■ Directions for this task ■
Would you return the lines between the one holding "#48=IFCINDEXEDPOLYGONALFACE((1,5,6,2));" and the one holding "#53=IFCPOLYGONALFACESET(#52,$,(#46,#47,#48,#49,#50,#51),$);", inclusive, and only those, exactly as they stand in the listing below?

- - - - - - -

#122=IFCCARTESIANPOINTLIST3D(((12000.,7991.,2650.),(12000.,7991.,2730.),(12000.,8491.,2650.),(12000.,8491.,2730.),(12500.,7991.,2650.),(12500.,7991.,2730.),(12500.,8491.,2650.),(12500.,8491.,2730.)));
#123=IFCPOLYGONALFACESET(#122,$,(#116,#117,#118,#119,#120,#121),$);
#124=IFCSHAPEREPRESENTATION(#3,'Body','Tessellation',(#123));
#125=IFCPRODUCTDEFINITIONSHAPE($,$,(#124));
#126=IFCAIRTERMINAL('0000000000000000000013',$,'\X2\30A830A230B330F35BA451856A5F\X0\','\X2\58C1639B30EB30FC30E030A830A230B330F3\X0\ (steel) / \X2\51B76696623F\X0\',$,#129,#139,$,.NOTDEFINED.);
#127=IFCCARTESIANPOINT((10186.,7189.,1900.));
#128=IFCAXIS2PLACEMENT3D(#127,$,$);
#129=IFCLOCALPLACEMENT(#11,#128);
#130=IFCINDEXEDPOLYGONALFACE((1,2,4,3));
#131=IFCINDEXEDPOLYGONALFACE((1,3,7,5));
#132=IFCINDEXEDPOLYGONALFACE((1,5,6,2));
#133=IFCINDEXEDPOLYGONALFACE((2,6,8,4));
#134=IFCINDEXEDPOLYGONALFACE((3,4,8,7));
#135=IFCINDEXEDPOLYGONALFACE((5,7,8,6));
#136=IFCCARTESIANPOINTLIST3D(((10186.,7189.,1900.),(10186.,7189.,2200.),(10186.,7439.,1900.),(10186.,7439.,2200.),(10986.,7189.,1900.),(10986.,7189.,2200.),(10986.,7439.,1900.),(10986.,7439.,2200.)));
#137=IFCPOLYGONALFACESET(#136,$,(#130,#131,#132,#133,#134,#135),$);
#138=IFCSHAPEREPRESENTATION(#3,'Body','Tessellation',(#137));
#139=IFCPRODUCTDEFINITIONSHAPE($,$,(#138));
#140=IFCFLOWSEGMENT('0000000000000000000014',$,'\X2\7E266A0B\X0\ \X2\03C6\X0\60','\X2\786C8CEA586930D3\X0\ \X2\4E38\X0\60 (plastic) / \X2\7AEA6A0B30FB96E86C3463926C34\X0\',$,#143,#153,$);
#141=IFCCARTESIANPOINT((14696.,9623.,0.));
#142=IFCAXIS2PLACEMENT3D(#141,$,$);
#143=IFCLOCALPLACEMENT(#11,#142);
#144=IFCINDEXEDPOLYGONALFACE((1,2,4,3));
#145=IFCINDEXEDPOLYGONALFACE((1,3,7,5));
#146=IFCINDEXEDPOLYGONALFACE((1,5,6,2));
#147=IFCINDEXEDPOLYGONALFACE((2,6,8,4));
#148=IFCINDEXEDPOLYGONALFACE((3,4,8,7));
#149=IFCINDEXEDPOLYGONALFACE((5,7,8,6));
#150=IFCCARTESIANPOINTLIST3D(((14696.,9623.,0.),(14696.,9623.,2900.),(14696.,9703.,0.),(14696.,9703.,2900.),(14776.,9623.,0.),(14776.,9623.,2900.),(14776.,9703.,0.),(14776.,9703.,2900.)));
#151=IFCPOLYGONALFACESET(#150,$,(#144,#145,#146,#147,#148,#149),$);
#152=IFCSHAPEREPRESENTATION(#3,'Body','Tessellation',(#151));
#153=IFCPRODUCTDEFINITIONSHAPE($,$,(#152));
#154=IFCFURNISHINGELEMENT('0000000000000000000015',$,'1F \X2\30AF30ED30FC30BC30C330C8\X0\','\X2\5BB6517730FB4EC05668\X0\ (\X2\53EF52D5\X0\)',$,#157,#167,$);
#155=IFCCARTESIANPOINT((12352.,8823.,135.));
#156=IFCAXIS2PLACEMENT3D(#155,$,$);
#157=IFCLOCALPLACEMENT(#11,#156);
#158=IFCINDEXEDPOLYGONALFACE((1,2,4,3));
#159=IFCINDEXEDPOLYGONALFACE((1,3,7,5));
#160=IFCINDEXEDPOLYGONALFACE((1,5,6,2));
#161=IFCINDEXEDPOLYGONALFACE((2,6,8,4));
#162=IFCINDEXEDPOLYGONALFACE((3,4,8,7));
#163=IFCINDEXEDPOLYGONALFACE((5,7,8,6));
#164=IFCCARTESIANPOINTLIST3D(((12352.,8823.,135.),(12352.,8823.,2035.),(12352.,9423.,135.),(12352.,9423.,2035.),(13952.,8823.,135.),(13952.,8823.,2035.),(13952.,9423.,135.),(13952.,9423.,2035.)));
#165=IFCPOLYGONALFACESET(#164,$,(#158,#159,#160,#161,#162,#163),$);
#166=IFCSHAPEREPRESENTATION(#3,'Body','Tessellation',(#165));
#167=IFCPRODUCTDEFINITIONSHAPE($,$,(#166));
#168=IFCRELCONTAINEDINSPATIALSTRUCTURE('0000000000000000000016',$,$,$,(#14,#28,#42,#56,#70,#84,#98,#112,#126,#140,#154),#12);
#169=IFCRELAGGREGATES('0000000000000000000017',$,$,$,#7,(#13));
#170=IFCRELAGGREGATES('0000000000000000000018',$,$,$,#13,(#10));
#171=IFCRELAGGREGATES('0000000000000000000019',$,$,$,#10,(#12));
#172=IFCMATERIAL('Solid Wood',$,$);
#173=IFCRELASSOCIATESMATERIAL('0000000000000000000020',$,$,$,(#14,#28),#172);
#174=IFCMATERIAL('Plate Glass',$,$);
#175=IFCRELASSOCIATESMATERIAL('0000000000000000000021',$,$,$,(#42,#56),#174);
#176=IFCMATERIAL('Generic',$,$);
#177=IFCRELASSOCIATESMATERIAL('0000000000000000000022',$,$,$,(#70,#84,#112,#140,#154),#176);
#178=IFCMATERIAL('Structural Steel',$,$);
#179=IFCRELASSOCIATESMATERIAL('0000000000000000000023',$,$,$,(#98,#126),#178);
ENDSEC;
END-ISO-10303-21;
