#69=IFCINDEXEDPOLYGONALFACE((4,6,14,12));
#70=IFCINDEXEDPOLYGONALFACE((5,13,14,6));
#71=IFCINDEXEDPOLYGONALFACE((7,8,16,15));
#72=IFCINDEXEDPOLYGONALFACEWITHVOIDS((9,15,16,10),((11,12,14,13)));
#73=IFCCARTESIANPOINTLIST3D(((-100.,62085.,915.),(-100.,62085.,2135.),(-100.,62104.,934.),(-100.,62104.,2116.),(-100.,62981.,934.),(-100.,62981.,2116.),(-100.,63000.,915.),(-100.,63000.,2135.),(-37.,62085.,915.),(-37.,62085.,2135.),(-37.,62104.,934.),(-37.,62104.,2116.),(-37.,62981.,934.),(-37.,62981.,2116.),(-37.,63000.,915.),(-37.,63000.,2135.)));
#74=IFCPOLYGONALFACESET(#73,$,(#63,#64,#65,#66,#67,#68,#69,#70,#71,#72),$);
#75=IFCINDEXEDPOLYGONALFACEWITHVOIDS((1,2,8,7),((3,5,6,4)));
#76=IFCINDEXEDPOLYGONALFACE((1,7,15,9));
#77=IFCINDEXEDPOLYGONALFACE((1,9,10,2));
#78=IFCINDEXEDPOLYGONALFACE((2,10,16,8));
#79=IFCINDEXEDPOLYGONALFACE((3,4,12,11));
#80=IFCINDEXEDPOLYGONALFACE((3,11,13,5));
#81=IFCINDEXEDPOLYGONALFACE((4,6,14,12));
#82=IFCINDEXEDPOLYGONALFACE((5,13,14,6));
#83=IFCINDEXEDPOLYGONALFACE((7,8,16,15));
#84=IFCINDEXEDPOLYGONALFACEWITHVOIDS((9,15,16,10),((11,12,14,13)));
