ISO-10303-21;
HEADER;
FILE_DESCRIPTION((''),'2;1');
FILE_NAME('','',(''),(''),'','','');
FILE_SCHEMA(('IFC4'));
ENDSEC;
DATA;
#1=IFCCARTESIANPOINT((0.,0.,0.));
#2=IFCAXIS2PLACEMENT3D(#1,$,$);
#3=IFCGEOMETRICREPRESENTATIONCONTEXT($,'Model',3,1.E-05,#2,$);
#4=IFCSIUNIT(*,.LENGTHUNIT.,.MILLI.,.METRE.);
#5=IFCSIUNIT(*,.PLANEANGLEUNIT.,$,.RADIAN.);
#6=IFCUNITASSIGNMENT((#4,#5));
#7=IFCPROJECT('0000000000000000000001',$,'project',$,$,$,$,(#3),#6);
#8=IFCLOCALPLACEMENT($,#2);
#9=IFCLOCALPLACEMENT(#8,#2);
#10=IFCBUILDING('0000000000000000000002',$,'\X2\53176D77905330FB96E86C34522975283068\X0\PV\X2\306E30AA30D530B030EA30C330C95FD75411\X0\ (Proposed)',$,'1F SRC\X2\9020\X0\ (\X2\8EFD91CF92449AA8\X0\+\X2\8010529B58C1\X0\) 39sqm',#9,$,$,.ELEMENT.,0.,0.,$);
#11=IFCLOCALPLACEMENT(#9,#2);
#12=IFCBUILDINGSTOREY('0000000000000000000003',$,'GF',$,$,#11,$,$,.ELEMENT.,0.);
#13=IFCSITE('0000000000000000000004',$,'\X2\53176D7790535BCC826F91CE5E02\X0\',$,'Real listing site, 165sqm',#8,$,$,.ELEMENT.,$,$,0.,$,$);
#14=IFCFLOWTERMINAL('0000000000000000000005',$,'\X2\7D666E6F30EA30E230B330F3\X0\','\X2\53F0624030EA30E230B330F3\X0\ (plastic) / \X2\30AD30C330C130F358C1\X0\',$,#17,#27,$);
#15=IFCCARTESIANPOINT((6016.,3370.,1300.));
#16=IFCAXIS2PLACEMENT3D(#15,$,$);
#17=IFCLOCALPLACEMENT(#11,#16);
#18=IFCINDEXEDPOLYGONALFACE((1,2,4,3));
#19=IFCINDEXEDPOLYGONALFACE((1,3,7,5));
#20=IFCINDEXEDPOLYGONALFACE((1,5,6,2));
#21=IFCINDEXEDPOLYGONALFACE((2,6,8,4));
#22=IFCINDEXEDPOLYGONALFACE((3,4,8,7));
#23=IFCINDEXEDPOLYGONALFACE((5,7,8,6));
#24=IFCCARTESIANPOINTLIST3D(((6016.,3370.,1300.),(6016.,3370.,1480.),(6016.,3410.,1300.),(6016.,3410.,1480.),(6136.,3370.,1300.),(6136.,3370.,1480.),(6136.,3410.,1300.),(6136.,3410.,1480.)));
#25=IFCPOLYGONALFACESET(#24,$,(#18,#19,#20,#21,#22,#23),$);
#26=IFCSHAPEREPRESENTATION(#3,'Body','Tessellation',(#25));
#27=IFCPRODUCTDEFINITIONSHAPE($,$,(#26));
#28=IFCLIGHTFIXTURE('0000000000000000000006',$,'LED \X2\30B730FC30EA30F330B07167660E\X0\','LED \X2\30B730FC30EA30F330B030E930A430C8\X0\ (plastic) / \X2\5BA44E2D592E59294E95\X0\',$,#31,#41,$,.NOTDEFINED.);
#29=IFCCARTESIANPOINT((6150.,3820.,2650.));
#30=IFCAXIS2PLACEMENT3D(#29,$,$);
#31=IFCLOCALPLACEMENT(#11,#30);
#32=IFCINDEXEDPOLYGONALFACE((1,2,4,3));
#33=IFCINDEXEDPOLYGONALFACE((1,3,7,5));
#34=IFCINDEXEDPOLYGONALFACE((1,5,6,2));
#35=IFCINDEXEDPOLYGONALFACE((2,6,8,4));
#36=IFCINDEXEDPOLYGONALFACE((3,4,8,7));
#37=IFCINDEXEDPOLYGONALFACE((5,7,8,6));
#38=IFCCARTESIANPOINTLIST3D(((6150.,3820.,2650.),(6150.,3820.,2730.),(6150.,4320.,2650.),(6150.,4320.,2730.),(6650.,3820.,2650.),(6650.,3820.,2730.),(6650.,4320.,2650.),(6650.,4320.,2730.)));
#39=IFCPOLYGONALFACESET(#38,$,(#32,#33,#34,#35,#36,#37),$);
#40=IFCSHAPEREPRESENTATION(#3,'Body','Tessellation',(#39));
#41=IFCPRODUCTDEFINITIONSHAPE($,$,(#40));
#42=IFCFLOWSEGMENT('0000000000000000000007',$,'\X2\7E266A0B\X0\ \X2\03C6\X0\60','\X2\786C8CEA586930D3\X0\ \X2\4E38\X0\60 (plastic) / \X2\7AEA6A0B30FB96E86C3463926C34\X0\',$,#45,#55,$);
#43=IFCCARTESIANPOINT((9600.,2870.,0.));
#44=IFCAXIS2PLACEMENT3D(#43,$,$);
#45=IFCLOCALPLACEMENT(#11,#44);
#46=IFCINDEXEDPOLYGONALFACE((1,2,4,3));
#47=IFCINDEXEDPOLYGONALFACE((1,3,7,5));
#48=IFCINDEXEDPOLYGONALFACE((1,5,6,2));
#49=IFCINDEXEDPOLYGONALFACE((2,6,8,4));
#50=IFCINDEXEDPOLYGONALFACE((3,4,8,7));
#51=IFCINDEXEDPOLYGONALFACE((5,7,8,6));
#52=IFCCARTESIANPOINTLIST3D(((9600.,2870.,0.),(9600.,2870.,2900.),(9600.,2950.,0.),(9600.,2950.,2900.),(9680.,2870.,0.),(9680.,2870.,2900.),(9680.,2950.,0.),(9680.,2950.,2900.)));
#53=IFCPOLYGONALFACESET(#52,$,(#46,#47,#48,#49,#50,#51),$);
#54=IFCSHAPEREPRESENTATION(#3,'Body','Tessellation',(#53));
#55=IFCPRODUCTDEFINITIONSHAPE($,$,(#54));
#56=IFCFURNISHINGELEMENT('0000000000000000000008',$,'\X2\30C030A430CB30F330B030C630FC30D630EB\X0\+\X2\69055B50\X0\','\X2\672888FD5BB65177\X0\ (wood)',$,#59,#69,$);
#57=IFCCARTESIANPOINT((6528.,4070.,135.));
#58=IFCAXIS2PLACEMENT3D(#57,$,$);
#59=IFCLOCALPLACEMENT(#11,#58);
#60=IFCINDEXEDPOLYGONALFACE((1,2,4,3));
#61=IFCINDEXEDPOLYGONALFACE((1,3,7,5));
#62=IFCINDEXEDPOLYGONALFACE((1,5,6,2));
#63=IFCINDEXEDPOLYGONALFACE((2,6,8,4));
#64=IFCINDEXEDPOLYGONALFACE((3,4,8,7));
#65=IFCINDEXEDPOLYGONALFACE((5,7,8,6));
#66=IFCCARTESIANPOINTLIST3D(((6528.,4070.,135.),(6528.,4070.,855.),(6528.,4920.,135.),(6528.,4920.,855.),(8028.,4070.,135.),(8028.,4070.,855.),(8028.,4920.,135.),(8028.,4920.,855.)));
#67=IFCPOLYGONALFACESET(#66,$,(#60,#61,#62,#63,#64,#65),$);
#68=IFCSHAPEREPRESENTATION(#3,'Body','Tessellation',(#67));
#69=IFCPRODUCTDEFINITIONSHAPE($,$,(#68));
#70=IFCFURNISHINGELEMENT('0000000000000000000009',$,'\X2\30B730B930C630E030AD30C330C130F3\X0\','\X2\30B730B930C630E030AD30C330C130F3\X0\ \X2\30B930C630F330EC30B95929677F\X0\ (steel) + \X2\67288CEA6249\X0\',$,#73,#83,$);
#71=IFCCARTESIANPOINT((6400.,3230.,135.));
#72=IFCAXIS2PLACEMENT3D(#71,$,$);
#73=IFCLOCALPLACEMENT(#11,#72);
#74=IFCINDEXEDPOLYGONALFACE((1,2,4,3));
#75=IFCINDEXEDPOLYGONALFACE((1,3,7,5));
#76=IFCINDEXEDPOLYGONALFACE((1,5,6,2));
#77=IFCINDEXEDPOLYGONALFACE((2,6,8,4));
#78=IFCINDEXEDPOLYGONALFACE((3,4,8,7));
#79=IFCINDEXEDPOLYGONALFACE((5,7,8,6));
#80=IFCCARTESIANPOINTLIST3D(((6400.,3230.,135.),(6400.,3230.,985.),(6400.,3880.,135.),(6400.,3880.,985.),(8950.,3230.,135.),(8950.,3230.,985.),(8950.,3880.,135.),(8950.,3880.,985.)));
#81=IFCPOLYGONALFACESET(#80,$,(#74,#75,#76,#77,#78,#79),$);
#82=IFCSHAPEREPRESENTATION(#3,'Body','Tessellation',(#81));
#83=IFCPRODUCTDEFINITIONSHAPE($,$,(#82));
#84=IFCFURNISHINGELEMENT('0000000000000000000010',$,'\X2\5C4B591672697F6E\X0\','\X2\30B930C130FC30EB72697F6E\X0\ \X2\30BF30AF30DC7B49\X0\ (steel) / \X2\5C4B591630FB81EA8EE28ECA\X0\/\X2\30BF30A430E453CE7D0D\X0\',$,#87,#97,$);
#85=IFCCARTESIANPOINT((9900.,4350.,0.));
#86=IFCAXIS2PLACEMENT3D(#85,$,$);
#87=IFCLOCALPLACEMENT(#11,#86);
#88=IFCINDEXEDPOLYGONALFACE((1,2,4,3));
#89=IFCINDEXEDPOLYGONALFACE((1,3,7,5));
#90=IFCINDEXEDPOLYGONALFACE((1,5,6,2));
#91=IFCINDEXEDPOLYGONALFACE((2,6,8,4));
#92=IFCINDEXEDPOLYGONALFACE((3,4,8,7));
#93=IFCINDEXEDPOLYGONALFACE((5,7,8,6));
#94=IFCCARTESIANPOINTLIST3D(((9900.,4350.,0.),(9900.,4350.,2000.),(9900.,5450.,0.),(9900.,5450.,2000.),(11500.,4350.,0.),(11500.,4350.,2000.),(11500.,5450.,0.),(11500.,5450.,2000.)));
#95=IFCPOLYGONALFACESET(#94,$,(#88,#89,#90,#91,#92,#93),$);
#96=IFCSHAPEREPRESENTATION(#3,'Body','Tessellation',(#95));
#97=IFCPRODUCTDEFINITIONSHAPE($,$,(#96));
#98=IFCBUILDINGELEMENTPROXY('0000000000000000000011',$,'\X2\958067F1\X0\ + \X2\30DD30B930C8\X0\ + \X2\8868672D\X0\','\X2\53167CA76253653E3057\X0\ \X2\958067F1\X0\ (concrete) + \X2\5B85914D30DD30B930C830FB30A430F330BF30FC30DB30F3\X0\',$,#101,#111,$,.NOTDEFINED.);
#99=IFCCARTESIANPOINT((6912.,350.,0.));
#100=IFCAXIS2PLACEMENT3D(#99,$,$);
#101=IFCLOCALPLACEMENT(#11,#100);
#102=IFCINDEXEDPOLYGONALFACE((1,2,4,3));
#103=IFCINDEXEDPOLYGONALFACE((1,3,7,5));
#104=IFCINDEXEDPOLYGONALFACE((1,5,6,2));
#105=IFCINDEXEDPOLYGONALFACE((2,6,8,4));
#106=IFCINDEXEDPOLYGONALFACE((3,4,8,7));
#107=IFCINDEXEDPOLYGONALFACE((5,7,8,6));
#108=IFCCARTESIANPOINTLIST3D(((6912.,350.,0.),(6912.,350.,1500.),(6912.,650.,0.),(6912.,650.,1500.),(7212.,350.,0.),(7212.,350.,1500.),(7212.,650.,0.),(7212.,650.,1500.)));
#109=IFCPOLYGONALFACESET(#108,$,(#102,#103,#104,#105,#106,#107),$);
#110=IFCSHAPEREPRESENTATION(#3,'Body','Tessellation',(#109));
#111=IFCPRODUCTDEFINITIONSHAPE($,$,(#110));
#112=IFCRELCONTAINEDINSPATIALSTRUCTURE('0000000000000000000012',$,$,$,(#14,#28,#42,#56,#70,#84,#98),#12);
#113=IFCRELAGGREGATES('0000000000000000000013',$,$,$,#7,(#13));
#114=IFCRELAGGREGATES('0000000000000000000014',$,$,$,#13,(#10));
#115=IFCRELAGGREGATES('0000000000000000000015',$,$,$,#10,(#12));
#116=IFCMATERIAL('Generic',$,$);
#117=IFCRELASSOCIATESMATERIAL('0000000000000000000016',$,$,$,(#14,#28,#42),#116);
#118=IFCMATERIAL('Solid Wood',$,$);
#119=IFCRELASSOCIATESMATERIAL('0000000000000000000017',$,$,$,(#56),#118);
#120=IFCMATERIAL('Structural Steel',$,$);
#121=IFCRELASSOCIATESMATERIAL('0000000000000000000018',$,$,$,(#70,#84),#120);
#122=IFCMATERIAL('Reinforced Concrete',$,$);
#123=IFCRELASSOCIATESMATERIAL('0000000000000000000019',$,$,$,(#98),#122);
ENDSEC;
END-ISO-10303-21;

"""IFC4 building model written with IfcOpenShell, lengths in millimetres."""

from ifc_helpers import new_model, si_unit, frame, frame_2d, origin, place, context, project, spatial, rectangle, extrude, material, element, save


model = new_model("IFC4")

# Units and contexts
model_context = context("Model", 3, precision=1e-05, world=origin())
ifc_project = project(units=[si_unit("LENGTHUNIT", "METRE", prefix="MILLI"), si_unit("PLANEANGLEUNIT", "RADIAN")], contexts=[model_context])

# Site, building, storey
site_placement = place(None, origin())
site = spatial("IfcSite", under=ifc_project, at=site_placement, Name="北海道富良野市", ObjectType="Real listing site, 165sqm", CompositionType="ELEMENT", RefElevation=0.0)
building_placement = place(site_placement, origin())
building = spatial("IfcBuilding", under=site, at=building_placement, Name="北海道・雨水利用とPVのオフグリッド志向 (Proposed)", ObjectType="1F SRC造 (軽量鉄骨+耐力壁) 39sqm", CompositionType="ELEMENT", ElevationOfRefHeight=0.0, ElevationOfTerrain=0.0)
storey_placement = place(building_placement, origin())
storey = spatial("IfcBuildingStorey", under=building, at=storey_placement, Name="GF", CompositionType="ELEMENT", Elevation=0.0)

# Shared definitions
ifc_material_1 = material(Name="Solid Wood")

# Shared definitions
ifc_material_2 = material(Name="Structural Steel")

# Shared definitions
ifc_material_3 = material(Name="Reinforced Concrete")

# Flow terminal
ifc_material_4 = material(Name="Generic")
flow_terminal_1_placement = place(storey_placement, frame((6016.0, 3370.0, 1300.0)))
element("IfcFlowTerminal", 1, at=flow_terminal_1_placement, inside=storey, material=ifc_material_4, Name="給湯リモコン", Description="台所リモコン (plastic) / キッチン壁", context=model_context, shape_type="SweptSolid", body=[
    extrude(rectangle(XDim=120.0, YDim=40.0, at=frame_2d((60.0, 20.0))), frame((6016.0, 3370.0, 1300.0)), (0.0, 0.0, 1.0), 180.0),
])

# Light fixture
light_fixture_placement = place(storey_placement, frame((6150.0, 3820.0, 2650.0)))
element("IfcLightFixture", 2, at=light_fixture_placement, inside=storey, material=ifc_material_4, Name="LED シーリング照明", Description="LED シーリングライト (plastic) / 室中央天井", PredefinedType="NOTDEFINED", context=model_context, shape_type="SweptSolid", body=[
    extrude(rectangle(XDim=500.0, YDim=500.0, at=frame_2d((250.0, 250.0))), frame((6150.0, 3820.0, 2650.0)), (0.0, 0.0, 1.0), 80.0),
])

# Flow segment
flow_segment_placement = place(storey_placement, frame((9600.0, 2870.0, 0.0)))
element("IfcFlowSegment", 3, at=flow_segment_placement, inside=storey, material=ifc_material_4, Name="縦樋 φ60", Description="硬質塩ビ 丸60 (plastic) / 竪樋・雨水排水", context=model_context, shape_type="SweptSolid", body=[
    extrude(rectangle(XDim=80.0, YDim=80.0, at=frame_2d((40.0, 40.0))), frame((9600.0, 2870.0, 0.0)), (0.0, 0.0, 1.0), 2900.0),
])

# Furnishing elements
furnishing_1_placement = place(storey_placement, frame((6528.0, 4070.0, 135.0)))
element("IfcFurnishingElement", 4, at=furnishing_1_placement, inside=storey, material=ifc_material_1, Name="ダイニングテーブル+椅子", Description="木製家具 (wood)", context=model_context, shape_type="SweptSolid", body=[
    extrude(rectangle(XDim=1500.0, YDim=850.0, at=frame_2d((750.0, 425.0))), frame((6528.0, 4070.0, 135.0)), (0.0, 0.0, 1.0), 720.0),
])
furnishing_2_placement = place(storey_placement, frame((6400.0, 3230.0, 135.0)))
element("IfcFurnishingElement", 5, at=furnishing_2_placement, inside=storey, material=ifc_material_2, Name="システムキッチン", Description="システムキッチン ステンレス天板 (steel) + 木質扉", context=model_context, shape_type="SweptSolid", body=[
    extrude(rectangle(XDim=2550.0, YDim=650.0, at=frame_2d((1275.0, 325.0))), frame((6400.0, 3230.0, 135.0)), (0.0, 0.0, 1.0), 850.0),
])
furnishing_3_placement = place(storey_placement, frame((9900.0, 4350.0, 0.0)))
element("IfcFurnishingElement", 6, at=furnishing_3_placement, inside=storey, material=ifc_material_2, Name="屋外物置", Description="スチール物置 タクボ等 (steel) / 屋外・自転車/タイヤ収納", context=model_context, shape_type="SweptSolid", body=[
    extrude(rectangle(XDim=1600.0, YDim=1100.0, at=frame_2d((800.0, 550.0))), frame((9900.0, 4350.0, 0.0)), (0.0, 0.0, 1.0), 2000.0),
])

- - - - - - -

■ Solved exercise ■
#48=IFCINDEXEDPOLYGONALFACE((1,5,6,2));
#49=IFCINDEXEDPOLYGONALFACE((2,6,8,4));
#50=IFCINDEXEDPOLYGONALFACE((3,4,8,7));
#51=IFCINDEXEDPOLYGONALFACE((5,7,8,6));
#52=IFCCARTESIANPOINTLIST3D(((9600.,2870.,0.),(9600.,2870.,2900.),(9600.,2950.,0.),(9600.,2950.,2900.),(9680.,2870.,0.),(9680.,2870.,2900.),(9680.,2950.,0.),(9680.,2950.,2900.)));
#53=IFCPOLYGONALFACESET(#52,$,(#46,#47,#48,#49,#50,#51),$);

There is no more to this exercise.